WHAT NEEDS TO BE DONE: Read the records beneath this task and copy every line that contains the string "IFCRELASSOCIATESMATERIAL".

(DATA SHOWN)

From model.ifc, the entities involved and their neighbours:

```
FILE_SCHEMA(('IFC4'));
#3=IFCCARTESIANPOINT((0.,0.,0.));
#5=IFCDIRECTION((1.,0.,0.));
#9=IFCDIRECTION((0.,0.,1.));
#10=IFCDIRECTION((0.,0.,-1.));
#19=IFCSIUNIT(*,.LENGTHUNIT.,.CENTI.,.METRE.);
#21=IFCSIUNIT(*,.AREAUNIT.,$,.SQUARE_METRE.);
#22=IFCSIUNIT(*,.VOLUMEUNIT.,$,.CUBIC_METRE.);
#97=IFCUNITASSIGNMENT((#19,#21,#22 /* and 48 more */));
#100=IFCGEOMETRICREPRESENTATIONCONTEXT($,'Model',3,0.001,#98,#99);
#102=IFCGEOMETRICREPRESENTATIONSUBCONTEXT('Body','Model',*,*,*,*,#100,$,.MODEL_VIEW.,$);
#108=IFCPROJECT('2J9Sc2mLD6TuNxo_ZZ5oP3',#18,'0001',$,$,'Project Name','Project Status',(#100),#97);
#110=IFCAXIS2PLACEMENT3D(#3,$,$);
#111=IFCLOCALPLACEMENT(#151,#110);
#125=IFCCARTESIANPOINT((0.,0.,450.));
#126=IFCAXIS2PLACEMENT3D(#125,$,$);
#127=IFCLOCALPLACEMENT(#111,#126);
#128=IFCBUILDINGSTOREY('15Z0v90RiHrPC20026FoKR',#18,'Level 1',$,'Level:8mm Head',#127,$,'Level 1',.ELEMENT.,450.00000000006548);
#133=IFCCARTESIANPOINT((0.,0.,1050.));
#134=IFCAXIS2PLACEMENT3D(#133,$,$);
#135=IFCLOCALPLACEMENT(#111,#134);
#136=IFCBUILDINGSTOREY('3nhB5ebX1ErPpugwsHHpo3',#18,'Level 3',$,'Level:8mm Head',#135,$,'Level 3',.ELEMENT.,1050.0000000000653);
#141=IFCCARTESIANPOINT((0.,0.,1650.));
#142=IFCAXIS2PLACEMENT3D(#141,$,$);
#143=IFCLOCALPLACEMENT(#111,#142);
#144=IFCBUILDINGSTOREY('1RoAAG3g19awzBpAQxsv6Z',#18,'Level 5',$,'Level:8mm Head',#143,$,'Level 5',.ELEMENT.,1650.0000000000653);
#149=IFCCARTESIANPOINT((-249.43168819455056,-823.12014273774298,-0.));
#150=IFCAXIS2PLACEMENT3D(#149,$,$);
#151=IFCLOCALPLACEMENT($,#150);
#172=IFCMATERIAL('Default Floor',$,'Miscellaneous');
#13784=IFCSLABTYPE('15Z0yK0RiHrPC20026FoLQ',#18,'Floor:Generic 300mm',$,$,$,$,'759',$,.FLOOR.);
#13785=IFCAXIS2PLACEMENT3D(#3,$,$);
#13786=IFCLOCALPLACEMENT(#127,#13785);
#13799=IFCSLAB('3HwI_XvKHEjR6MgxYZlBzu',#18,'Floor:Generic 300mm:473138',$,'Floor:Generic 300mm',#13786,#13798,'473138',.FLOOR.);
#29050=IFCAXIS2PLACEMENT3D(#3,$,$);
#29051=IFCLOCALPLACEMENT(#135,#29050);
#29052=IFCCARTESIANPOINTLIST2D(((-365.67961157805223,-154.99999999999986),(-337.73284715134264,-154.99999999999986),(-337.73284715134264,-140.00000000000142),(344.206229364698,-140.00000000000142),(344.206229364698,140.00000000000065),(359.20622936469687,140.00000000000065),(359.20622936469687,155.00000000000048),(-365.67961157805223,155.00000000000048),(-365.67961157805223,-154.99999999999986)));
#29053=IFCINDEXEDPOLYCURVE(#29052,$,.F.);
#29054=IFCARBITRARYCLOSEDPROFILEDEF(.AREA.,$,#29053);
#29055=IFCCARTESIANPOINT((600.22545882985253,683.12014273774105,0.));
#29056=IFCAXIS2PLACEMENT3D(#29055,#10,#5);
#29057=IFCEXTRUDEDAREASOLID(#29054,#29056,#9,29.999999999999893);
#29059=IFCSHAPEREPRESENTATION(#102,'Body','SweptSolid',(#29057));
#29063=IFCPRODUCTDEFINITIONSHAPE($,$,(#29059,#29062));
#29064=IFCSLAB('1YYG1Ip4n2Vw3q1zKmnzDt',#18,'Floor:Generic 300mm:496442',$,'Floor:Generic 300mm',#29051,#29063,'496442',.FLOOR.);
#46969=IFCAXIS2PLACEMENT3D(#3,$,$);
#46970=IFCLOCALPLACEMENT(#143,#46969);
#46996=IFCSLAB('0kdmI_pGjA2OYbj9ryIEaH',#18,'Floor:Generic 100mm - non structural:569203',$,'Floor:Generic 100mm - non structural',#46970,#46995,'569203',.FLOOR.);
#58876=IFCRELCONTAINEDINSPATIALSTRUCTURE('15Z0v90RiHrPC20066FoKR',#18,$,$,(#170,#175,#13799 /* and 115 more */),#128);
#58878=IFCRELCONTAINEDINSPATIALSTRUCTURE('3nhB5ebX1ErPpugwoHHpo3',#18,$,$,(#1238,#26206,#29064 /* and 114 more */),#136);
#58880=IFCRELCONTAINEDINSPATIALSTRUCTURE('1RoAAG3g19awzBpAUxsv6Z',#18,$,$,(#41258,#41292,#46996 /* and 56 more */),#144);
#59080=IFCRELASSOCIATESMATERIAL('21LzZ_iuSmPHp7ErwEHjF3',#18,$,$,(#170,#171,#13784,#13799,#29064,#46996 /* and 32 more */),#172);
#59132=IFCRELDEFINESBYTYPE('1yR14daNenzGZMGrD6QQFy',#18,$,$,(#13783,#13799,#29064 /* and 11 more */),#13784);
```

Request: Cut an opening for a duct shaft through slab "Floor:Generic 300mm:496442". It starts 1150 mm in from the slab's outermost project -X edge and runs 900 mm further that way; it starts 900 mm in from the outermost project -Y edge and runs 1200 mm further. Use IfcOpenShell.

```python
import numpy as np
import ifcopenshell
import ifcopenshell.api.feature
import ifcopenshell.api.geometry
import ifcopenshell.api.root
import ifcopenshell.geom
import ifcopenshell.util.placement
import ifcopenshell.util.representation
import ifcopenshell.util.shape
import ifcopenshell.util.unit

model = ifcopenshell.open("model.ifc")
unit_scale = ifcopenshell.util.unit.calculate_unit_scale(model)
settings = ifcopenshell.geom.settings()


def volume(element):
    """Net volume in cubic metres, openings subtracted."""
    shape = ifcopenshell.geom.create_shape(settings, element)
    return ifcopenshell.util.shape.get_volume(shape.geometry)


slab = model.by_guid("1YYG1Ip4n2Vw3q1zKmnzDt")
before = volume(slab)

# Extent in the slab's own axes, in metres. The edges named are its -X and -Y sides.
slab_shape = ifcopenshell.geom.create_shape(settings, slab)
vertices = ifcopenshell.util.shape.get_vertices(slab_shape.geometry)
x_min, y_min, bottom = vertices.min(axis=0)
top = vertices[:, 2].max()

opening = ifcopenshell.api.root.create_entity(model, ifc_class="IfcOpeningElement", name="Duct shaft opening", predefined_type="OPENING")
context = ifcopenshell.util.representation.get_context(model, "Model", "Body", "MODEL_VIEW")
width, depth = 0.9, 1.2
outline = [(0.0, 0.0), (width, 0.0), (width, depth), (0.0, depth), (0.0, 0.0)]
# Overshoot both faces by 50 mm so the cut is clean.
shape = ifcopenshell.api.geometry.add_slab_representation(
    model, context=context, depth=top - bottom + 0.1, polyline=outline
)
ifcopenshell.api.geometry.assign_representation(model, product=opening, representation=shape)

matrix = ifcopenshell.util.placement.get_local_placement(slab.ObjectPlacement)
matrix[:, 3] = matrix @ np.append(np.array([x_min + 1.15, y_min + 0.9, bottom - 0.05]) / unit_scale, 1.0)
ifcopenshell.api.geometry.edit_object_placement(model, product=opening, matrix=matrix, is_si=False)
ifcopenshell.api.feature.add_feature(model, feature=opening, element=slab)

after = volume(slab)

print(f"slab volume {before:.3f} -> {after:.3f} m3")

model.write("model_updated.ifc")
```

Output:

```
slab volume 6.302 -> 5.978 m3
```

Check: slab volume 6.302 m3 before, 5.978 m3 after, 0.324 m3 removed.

(End DATA SHOWN)
(DATA SHOWN)

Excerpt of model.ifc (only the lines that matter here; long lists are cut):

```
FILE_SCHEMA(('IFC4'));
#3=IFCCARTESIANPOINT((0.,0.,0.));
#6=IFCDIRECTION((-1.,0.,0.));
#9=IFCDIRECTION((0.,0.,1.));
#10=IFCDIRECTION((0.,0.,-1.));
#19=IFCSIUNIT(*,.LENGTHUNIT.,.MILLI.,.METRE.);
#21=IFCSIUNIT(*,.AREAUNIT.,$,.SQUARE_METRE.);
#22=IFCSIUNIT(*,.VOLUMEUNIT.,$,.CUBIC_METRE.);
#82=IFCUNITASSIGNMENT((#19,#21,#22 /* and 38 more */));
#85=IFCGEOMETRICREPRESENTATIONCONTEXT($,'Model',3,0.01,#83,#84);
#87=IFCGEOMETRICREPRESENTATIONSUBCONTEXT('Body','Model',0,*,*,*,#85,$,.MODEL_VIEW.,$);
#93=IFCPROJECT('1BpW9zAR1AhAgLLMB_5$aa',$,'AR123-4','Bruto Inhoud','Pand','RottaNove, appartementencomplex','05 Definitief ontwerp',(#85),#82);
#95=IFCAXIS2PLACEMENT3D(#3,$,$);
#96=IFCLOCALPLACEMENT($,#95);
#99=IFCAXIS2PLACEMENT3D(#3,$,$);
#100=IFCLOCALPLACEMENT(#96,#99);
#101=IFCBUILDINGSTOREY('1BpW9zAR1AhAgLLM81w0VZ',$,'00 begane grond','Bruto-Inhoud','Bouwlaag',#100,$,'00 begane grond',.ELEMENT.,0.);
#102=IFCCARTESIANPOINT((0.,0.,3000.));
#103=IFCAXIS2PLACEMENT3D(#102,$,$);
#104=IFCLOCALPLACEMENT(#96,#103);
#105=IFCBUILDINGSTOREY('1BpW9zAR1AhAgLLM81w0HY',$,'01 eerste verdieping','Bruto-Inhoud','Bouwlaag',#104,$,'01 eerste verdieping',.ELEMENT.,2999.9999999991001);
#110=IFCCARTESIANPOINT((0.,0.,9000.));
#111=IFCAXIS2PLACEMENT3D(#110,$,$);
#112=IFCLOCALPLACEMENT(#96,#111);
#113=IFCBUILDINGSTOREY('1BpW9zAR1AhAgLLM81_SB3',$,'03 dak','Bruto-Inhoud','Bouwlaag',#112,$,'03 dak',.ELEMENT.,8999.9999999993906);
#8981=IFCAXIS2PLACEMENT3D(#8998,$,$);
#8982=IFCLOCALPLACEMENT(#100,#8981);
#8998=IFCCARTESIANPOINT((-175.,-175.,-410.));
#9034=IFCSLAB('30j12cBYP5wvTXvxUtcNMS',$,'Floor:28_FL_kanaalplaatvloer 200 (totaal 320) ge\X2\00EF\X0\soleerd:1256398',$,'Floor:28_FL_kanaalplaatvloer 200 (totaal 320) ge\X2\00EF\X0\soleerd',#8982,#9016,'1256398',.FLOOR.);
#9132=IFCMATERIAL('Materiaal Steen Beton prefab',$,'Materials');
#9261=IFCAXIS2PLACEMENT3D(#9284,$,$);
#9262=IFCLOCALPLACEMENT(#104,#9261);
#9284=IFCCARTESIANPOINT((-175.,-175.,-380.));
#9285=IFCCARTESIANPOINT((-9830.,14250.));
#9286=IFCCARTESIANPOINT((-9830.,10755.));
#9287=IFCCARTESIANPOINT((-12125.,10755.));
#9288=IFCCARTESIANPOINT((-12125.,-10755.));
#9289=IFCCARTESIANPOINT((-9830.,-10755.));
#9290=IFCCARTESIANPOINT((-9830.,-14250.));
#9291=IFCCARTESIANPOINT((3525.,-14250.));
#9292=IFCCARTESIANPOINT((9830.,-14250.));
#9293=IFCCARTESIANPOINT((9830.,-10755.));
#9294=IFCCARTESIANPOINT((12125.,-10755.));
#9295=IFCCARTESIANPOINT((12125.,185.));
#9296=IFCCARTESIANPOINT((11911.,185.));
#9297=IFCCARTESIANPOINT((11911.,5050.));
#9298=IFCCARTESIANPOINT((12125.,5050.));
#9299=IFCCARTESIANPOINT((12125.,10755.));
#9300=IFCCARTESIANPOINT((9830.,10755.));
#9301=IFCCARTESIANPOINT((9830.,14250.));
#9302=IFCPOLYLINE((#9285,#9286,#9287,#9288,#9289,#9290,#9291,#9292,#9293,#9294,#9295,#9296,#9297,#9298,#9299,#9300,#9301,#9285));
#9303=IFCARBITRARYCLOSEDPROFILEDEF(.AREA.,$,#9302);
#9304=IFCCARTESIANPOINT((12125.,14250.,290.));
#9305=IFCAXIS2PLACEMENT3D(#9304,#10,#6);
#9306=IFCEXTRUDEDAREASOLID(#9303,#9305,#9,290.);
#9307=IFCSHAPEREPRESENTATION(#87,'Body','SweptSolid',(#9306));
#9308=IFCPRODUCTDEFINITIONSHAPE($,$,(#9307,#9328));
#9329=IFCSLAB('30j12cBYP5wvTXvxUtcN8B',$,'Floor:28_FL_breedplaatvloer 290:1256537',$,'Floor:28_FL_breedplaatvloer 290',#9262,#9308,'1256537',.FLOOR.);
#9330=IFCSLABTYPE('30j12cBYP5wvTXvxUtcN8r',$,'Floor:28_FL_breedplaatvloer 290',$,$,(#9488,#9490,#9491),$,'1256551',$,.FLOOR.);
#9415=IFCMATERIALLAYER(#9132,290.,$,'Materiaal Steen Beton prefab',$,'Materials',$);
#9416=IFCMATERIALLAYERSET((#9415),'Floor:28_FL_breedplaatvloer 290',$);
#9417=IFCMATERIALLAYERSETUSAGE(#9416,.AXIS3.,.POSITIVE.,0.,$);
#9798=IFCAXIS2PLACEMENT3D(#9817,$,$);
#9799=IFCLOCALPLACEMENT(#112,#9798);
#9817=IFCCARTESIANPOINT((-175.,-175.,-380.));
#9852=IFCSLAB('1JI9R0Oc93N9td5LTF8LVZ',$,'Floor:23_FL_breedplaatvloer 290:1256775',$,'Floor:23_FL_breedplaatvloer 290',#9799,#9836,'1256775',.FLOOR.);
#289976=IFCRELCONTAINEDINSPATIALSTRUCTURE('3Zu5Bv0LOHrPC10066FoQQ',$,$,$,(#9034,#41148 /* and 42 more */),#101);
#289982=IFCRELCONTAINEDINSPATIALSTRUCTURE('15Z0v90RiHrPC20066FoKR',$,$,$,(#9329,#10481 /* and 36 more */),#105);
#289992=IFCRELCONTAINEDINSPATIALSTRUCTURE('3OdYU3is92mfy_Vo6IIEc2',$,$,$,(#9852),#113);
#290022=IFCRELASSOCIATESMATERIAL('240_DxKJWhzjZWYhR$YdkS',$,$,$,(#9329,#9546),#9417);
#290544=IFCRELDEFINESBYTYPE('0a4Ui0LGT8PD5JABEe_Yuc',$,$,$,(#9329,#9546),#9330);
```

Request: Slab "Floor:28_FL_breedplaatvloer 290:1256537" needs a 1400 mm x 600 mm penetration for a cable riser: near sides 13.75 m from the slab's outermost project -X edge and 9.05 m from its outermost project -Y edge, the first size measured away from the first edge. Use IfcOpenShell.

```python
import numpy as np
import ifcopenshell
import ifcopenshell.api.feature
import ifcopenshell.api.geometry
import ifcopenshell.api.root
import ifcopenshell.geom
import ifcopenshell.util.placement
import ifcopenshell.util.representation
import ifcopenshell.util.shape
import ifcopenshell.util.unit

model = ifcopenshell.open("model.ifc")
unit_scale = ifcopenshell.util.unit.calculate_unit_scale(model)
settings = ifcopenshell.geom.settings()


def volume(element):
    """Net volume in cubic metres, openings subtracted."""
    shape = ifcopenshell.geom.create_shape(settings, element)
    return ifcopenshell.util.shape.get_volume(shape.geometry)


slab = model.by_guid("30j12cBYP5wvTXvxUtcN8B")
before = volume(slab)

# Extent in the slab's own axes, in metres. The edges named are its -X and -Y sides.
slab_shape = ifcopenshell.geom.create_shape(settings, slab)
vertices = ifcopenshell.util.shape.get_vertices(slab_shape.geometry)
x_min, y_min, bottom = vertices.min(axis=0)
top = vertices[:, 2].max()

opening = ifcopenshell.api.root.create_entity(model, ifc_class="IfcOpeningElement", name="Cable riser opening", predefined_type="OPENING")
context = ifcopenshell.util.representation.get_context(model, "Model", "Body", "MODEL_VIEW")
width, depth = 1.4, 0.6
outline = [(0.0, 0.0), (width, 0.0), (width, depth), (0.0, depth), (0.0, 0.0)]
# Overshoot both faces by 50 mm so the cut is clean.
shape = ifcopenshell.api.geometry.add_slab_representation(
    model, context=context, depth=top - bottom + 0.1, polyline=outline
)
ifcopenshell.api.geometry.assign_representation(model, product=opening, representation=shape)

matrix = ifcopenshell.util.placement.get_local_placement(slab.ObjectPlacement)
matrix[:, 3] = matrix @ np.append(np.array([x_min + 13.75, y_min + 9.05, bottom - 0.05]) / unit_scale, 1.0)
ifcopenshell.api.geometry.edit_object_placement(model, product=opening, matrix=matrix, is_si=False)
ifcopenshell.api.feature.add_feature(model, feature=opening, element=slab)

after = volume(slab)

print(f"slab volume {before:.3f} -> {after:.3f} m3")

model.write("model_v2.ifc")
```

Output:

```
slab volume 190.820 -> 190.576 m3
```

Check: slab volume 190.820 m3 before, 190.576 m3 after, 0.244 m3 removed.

(End DATA SHOWN)
(DATA SHOWN)

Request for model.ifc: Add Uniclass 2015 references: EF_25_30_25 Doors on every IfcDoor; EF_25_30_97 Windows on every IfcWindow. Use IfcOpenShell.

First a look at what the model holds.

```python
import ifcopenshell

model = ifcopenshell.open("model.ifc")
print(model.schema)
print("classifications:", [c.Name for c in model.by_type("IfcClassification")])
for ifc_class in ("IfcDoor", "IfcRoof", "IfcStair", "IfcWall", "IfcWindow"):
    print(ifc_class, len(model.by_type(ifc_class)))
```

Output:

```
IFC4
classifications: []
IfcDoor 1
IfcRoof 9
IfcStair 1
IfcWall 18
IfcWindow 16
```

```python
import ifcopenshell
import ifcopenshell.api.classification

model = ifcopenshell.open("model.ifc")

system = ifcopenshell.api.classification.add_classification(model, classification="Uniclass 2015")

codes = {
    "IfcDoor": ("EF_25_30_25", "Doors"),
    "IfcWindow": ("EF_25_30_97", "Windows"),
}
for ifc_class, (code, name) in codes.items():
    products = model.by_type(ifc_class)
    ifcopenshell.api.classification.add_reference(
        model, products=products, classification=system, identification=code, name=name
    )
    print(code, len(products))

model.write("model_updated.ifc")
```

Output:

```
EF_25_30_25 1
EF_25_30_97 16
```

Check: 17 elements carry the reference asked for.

(End DATA SHOWN)

RESULT OF THIS TASK:
#59080=IFCRELASSOCIATESMATERIAL('21LzZ_iuSmPHp7ErwEHjF3',#18,$,$,(#170,#171,#13784,#13799,#29064,#46996 /* and 32 more */),#172);
#290022=IFCRELASSOCIATESMATERIAL('240_DxKJWhzjZWYhR$YdkS',$,$,$,(#9329,#9546),#9417);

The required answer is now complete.